> Task statement
After finding the line with "# Site, building, storey" in the data below, set down exactly each line through the one with "x_axis=(1.0, 0.0, 0.0)))", inclusive, and stop there.

+ + +

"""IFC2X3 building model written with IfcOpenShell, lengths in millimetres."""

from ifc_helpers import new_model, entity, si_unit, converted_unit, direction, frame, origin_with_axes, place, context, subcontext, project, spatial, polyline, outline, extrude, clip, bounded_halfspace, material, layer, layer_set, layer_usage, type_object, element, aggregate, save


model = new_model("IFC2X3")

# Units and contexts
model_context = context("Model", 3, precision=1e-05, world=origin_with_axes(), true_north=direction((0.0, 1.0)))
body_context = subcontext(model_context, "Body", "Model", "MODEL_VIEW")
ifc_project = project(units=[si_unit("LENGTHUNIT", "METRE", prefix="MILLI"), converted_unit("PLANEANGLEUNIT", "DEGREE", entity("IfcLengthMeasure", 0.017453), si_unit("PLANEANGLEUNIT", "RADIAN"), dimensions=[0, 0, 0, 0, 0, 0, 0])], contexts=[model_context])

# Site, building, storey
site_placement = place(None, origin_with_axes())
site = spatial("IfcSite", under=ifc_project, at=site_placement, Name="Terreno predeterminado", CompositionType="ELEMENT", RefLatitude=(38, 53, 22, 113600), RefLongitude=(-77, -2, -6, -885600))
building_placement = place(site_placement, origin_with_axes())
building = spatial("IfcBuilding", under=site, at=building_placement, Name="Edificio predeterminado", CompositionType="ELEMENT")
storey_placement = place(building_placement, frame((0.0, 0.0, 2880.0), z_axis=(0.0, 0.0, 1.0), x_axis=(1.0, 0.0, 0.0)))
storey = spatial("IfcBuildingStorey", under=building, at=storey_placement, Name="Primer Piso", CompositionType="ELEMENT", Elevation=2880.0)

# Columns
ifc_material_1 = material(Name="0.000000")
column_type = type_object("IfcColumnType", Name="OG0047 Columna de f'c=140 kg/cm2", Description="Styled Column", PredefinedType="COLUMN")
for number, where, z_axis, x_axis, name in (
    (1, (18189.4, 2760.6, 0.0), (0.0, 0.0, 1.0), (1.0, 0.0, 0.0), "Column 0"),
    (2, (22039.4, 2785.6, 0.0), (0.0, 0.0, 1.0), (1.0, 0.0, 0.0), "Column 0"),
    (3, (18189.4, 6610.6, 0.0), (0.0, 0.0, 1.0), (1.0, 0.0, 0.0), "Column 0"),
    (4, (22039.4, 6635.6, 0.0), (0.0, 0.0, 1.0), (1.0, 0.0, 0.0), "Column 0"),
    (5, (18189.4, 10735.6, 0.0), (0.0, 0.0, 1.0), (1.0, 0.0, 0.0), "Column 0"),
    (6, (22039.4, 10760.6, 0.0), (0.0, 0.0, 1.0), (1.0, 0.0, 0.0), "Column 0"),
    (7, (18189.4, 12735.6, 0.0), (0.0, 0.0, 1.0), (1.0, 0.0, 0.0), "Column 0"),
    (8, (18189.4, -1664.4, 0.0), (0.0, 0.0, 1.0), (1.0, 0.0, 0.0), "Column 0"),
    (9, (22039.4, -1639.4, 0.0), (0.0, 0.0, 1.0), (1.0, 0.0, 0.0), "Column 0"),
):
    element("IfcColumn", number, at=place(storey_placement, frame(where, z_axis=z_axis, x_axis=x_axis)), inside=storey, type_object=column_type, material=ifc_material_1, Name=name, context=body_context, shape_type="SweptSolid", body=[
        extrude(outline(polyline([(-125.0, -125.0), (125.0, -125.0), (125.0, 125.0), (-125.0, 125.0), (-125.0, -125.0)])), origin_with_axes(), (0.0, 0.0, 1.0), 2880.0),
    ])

+ + +

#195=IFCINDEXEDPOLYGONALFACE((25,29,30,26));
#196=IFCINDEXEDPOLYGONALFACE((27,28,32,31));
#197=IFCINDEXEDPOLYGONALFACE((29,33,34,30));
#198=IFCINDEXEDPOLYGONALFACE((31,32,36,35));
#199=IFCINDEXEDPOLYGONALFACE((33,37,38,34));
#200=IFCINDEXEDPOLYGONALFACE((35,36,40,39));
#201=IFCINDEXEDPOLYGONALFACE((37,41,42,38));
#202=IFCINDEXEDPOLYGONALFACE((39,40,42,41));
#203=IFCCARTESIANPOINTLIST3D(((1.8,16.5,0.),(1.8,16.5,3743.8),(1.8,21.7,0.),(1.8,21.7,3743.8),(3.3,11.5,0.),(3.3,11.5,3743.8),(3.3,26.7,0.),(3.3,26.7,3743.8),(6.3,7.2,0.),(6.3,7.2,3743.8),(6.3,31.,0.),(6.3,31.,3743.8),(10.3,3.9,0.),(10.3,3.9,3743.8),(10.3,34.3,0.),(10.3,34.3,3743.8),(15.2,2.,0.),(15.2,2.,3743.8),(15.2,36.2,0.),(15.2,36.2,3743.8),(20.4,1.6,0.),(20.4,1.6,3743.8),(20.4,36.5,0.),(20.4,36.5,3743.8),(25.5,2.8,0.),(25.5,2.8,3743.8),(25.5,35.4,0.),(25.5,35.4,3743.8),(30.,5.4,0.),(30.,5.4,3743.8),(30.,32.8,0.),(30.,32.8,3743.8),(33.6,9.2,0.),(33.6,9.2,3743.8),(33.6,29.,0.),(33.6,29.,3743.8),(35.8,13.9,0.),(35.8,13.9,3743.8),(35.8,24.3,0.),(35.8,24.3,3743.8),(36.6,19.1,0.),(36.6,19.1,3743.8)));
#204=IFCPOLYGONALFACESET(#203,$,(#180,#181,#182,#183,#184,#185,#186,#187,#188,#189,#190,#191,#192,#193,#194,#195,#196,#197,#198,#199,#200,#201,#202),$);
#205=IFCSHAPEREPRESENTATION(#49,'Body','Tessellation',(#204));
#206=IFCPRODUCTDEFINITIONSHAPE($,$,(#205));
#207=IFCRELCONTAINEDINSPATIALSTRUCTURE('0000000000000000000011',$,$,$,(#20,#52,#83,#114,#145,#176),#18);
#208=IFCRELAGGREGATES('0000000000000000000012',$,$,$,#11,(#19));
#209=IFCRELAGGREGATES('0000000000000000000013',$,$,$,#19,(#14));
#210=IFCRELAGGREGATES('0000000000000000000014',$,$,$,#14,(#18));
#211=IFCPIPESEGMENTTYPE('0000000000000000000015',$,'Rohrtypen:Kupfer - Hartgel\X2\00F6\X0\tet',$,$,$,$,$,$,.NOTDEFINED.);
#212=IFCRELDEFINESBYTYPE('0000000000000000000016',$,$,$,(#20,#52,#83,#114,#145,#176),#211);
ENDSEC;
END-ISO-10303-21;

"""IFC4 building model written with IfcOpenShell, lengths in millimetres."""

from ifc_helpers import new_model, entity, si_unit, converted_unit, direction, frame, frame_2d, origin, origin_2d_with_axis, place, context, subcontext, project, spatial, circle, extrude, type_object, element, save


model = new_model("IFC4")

+ + +

> Solved exercise
# Site, building, storey
site_placement = place(None, origin_with_axes())
site = spatial("IfcSite", under=ifc_project, at=site_placement, Name="Terreno predeterminado", CompositionType="ELEMENT", RefLatitude=(38, 53, 22, 113600), RefLongitude=(-77, -2, -6, -885600))
building_placement = place(site_placement, origin_with_axes())
building = spatial("IfcBuilding", under=site, at=building_placement, Name="Edificio predeterminado", CompositionType="ELEMENT")
storey_placement = place(building_placement, frame((0.0, 0.0, 2880.0), z_axis=(0.0, 0.0, 1.0), x_axis=(1.0, 0.0, 0.0)))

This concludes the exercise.